Kedua, anak-anak yang harusnya mempunyai mimpi yang
besar dan menikmati masa kecilnya, akan tetapi mereka harus hidup dengan penuh
ketakutan dan ancaman yang mereka tak tahu kapan dan di mana Israel akan
melakukan serangan. Banyak gedung dan rumah yang hancur akibat dari
serangan udara Israel. Sebagai seorang anak yang
kehilangan rumah berarti hilangnya mainan mereka, buku,
pakaian, dan barang yang memberikan kenyamanan bagi mereka. Bila mereka juga
kehilangan orang tua, artinya mereka kehilangan orang yang melindungi dan
mengasihi mereka. Coba bayangkan kalau kita sebagai orang tua yang
mempunyai anak dan ia harus hidup dalam penuh ketakutan dan depresi. Itulah kenyataan yang ada di Gaza.
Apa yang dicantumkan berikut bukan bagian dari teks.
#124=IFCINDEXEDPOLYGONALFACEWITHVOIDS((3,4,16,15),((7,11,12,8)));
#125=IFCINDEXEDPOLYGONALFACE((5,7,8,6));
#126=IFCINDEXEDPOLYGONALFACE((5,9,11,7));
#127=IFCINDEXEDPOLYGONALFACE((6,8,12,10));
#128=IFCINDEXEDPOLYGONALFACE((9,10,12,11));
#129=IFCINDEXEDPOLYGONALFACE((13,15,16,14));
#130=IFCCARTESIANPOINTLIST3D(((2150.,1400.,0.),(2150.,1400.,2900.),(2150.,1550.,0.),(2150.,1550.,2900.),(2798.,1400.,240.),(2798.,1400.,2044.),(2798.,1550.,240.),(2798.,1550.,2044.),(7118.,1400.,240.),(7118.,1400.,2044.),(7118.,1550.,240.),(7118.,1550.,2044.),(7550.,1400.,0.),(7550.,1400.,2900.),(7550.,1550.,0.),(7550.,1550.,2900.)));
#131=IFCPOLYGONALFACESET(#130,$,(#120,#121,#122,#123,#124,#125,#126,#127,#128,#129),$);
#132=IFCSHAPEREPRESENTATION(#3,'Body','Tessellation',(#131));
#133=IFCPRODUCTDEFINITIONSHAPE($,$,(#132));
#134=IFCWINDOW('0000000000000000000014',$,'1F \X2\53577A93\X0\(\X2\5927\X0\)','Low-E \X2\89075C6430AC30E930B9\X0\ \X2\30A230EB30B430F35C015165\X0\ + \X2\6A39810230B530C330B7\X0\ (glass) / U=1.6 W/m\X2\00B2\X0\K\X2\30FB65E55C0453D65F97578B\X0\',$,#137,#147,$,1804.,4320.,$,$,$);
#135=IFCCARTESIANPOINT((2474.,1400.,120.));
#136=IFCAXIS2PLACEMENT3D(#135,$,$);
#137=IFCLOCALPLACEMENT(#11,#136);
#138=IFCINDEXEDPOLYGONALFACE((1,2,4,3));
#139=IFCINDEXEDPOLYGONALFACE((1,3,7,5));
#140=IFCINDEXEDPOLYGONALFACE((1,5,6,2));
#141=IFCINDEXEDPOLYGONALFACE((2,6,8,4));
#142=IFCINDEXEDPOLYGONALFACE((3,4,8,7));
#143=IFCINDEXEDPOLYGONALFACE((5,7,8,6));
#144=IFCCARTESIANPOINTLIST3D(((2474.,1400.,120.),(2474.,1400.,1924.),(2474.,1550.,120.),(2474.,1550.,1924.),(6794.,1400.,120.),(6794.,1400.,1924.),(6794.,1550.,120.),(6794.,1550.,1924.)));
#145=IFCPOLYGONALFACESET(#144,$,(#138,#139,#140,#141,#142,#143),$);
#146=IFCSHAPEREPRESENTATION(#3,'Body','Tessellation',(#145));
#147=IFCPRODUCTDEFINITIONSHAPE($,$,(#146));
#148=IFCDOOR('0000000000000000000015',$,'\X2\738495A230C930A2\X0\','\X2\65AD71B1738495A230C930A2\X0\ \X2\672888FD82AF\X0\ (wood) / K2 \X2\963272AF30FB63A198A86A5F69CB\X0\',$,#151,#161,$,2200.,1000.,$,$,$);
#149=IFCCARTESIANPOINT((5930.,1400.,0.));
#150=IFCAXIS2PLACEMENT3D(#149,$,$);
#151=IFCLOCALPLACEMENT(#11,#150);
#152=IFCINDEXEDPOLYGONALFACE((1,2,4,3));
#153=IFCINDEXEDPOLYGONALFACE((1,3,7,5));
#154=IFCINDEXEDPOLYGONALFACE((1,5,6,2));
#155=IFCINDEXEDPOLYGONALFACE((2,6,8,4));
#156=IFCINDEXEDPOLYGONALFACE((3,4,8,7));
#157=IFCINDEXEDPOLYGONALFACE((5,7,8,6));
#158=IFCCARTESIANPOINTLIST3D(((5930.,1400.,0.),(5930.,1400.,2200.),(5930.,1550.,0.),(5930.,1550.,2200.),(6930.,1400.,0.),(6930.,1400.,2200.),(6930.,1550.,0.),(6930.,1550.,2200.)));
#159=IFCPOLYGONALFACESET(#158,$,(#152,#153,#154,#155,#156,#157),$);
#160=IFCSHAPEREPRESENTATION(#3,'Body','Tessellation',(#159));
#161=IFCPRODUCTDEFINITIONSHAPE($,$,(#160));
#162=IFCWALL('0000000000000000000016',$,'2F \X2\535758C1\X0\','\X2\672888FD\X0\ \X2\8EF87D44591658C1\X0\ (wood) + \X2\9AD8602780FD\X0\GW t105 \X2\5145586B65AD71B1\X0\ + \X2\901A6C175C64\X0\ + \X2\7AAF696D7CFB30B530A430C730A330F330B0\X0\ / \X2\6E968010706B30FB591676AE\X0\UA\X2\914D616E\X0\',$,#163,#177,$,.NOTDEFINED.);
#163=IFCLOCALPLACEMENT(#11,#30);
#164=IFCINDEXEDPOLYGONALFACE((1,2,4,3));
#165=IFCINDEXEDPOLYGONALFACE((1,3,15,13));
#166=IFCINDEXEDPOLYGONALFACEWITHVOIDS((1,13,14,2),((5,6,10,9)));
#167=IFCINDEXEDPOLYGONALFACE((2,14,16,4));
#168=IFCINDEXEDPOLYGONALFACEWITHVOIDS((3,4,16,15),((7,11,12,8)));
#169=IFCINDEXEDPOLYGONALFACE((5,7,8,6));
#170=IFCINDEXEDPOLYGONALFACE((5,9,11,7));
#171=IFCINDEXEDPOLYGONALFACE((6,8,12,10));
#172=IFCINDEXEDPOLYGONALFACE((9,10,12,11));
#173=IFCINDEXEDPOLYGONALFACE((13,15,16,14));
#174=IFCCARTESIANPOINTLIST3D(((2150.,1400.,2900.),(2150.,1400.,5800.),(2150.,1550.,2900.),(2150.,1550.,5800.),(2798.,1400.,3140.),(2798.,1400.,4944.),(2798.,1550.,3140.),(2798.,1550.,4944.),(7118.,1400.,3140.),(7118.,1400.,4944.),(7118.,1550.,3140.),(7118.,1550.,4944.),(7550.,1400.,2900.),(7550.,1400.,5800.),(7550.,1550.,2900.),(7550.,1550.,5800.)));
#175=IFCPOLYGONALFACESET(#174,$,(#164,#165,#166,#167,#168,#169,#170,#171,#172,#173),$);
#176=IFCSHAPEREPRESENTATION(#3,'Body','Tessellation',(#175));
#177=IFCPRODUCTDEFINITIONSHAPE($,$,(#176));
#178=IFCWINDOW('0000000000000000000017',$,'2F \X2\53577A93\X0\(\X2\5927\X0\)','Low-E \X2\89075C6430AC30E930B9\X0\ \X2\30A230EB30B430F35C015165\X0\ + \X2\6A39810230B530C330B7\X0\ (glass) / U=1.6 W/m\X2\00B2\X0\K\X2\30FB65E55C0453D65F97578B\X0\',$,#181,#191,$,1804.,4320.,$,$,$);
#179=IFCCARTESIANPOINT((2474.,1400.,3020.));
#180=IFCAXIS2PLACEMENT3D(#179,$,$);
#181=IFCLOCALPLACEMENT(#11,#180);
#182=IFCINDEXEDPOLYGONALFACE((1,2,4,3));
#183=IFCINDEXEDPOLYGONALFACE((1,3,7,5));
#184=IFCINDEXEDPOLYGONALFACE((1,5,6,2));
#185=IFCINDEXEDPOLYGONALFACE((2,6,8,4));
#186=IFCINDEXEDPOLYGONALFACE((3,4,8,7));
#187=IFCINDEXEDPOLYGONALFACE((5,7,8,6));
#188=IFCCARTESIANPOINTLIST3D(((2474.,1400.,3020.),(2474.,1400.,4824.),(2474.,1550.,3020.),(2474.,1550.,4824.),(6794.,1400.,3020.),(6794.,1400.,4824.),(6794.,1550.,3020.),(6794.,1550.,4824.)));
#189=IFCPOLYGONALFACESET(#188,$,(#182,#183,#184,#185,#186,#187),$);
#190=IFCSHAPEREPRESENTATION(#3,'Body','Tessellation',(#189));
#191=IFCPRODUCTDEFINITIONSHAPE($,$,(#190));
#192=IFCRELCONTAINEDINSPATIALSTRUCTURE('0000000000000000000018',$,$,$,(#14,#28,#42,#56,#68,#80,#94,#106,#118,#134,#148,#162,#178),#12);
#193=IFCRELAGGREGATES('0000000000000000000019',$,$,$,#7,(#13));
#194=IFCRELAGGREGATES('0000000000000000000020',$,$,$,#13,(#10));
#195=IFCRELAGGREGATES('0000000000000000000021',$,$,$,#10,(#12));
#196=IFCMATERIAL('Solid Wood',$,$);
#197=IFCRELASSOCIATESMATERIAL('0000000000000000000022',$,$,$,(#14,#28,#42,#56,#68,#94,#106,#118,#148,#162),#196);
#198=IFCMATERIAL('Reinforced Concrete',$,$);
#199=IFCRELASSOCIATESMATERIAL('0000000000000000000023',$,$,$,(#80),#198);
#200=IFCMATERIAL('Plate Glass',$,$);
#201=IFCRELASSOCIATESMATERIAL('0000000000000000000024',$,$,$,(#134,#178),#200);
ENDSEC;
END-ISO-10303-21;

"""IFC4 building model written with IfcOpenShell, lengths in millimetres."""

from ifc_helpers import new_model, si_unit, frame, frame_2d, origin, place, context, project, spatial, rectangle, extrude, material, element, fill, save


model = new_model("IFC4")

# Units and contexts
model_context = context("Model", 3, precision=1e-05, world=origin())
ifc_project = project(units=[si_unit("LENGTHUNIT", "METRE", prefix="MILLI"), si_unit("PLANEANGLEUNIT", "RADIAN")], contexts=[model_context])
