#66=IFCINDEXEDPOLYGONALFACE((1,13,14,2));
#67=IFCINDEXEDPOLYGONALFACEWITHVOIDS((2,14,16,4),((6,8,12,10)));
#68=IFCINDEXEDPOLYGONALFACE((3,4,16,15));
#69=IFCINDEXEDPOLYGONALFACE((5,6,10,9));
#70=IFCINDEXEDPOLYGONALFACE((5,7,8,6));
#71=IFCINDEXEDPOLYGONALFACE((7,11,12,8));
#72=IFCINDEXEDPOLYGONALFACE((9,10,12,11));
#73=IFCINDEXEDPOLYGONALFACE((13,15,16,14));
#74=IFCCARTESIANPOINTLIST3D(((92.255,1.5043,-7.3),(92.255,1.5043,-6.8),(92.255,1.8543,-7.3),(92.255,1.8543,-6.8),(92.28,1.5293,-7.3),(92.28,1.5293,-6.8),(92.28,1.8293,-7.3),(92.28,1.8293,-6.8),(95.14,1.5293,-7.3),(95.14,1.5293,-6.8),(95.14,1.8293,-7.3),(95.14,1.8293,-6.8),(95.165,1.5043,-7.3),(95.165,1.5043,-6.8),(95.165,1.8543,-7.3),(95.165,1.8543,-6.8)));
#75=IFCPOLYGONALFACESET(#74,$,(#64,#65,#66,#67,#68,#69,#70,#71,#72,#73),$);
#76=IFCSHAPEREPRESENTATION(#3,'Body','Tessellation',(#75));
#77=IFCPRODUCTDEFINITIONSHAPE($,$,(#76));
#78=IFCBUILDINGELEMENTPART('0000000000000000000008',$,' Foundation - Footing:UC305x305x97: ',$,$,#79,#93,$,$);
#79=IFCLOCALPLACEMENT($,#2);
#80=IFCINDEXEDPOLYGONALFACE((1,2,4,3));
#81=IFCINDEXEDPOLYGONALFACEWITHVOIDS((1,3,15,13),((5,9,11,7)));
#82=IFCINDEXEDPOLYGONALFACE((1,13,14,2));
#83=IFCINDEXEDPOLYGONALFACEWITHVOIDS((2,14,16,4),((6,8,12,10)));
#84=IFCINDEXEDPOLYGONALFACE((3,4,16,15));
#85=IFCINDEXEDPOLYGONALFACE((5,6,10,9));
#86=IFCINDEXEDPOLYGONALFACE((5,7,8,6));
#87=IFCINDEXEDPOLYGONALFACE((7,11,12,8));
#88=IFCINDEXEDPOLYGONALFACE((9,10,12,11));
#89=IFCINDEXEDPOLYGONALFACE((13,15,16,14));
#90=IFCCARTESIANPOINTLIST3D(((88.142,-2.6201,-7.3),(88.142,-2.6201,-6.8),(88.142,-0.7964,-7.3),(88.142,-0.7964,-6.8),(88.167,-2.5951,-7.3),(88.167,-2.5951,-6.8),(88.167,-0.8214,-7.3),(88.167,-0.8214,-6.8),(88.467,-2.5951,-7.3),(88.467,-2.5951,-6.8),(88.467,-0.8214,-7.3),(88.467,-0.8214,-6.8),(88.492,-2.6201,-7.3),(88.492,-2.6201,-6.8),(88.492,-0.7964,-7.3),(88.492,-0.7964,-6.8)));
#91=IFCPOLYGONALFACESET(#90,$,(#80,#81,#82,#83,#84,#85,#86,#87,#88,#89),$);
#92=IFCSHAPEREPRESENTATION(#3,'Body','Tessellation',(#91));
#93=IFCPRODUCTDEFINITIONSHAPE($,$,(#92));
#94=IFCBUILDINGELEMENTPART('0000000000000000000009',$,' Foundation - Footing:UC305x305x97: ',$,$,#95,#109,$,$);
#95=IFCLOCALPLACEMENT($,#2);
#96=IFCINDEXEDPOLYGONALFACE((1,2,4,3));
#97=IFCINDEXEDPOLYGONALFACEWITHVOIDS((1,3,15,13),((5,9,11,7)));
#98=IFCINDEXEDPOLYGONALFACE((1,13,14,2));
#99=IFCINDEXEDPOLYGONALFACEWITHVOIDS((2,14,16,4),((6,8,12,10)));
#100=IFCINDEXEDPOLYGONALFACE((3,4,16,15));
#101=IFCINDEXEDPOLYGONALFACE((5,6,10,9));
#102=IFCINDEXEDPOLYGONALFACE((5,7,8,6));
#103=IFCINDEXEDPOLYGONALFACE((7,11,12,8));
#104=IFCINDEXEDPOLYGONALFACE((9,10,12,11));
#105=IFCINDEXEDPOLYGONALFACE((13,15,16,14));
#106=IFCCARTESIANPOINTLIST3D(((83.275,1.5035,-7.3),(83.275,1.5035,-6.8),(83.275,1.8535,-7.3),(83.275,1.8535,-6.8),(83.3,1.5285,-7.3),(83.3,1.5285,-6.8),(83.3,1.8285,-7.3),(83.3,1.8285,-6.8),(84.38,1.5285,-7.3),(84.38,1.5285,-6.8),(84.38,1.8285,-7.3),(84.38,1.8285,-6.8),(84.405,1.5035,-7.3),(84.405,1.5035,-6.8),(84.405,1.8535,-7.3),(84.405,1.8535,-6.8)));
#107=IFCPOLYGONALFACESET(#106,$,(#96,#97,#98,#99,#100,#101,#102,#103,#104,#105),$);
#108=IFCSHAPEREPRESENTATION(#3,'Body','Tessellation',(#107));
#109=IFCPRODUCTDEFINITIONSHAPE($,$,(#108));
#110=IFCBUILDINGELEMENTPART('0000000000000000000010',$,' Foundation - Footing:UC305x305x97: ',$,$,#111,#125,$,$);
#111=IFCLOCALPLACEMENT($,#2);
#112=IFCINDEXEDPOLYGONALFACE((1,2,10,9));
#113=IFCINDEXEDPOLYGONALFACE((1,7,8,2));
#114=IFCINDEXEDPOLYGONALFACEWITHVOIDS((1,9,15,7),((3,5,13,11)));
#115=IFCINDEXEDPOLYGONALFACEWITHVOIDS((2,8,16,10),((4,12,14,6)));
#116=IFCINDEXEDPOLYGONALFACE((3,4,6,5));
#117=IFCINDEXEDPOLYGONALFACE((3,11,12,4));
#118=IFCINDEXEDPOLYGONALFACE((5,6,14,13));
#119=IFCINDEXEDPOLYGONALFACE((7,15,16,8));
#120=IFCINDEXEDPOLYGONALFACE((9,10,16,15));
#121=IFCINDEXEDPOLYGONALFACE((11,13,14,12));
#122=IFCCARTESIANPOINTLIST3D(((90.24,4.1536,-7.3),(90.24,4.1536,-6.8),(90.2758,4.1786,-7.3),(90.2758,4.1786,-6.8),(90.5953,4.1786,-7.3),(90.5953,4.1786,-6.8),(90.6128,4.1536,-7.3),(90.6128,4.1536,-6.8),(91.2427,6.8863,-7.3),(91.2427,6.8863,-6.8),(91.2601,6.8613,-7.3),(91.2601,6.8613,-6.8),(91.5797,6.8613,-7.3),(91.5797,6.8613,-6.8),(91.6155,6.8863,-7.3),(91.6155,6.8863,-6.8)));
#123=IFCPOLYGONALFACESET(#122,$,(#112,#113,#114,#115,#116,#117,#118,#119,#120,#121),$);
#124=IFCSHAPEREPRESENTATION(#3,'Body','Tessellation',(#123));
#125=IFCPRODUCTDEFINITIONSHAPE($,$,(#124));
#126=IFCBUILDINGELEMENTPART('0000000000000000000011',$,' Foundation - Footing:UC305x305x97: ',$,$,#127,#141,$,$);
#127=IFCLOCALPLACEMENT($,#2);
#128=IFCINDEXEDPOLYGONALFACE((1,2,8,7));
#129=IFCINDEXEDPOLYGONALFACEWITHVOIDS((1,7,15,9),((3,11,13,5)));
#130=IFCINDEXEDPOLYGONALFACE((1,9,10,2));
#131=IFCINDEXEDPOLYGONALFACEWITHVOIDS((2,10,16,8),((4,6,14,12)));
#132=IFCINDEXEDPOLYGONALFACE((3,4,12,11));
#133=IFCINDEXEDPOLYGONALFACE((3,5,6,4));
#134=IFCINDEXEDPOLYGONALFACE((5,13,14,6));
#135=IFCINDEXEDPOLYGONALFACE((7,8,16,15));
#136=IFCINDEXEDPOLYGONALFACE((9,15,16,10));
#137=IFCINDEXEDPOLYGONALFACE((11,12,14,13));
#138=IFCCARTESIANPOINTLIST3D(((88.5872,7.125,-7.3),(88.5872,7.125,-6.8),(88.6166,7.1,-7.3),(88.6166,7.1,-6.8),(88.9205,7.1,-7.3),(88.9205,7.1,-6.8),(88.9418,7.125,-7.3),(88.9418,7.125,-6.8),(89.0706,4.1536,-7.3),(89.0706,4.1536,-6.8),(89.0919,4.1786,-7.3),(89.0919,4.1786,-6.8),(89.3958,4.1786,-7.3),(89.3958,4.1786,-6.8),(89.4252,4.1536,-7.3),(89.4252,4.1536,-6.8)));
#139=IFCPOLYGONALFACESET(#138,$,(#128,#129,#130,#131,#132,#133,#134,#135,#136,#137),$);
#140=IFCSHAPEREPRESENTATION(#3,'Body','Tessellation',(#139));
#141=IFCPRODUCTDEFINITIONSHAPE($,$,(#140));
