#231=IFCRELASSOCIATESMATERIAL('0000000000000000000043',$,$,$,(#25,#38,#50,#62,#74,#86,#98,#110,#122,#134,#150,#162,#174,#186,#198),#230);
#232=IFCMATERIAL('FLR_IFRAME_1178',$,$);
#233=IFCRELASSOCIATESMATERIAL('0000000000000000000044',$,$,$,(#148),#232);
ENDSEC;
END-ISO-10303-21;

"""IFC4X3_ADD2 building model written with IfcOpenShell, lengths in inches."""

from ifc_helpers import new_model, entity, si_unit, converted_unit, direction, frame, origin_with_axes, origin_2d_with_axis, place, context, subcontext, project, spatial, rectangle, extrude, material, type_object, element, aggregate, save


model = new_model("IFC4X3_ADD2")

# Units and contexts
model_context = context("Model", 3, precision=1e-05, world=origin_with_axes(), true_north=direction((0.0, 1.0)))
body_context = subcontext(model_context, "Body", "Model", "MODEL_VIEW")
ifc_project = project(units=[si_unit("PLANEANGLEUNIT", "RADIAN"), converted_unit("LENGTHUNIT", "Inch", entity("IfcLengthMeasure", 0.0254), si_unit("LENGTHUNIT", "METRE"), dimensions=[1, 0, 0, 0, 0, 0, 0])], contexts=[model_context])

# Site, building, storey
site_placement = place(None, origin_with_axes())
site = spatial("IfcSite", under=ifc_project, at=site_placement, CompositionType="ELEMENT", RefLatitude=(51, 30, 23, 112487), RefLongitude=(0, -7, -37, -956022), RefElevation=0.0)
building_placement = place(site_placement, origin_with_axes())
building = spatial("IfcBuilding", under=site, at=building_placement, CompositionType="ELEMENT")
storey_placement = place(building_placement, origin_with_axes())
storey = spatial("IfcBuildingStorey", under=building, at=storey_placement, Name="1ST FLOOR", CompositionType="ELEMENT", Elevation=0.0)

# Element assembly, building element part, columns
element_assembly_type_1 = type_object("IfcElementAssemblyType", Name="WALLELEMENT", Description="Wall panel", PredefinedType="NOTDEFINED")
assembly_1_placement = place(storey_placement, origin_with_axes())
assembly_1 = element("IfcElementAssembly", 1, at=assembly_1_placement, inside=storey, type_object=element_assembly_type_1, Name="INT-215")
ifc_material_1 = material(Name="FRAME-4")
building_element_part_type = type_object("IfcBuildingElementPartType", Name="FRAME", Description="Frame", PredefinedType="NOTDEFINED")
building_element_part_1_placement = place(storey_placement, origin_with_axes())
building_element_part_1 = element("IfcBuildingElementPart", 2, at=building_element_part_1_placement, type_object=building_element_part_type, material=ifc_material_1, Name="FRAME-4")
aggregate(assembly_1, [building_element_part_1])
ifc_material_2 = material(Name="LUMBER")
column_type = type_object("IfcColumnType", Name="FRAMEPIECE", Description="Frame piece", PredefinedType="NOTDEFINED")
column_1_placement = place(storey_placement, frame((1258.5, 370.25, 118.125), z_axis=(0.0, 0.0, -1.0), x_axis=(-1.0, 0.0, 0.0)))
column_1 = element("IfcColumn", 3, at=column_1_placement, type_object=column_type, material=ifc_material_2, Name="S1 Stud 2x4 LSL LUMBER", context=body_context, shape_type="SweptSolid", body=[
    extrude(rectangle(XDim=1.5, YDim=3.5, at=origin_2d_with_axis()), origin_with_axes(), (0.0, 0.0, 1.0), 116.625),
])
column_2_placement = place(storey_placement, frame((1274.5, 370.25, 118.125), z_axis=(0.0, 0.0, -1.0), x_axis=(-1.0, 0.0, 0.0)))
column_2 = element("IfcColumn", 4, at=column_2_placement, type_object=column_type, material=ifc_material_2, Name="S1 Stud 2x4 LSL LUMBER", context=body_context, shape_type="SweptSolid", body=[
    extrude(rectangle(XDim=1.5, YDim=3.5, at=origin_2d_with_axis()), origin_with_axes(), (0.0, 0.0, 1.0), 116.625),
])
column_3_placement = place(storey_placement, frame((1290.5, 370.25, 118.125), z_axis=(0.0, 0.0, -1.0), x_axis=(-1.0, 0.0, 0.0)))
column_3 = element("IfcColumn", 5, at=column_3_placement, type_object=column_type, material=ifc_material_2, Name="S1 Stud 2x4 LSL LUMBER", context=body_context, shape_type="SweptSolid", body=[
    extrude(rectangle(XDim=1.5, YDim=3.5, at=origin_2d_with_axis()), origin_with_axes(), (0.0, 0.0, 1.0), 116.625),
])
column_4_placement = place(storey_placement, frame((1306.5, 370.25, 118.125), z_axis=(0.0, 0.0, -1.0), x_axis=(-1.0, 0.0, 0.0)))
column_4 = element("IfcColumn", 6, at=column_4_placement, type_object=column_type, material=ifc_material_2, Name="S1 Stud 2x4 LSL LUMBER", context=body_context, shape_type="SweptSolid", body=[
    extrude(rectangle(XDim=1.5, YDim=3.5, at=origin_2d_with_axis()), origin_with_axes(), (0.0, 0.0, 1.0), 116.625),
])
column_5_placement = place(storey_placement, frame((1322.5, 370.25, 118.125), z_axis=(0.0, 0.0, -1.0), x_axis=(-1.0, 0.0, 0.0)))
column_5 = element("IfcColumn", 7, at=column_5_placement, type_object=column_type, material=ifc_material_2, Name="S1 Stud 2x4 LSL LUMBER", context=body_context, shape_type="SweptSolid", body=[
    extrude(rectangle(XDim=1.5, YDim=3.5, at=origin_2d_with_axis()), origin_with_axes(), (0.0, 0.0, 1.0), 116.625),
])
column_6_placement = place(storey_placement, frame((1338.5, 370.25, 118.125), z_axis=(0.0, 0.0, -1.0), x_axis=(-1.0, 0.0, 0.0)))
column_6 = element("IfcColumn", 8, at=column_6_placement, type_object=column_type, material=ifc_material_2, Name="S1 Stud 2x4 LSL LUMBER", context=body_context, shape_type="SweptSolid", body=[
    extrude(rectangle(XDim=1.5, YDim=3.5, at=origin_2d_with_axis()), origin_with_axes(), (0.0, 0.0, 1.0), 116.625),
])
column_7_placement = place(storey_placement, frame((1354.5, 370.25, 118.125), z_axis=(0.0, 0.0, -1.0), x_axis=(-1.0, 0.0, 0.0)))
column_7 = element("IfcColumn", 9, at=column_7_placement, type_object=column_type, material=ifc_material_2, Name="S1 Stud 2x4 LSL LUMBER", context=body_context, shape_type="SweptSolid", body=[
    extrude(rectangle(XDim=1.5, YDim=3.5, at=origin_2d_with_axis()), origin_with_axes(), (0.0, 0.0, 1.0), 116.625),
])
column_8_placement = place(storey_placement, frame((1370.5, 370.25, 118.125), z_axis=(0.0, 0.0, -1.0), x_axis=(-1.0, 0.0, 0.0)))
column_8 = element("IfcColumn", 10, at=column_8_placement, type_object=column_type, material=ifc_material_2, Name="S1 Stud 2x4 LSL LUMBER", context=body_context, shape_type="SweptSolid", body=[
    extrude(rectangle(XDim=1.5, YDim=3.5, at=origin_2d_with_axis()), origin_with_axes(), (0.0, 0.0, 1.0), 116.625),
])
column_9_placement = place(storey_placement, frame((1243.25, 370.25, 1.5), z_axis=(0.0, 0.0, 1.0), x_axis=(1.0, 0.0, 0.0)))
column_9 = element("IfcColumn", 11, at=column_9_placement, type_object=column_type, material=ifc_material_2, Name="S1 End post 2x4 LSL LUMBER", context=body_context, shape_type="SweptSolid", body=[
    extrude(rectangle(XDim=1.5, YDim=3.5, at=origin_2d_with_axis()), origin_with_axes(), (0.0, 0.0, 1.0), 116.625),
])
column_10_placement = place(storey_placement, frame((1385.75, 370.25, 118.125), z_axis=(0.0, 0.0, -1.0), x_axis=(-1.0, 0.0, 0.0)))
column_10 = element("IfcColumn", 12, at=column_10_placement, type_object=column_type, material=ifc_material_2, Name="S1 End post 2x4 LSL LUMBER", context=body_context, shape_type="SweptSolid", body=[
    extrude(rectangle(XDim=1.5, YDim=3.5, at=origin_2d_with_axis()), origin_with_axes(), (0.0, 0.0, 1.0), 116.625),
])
Ketiga, Palestina yang menjadi korban serangan Israel,
justru dilekatkan tuduhan sebagai teroris oleh orang-orang yang teracuni paham
islamofobia. Bahkan ada yang memvonis bahwa mereka yang berjuang atau pun orang-orang
Palestina tersebut adalah cikal bakal radikalisme. Sangat tidak layak rasanya memvonis sosok
yang membela negaranya sebagai teroris dan cikal bakal
radikalisme.
Dari berbagai hal pilu yang telah kita lihat tadi, mungkin itu sudah cukup bagi kita untuk mengatakan
konflik di Gaza lebih pilu dibanding dengan konflik di Ukraina beberapa bulan terakhir yang lebih viral. Belum lagi hal-hal pilu yang tidak disebutkan,
kalau semuanya kita deret maka kita akan melihat perbandingan antara Gaza dan
Ukraina itu bagaikan langit dan bumi. Juga, kalau kita ingin menilai
berdasarkan nilai-nilai kemanusiaan bukankah itu wajar bagi kita jika
mengatakan konflik di Gaza lebih pilu dibanding dengan konflik di Ukraina?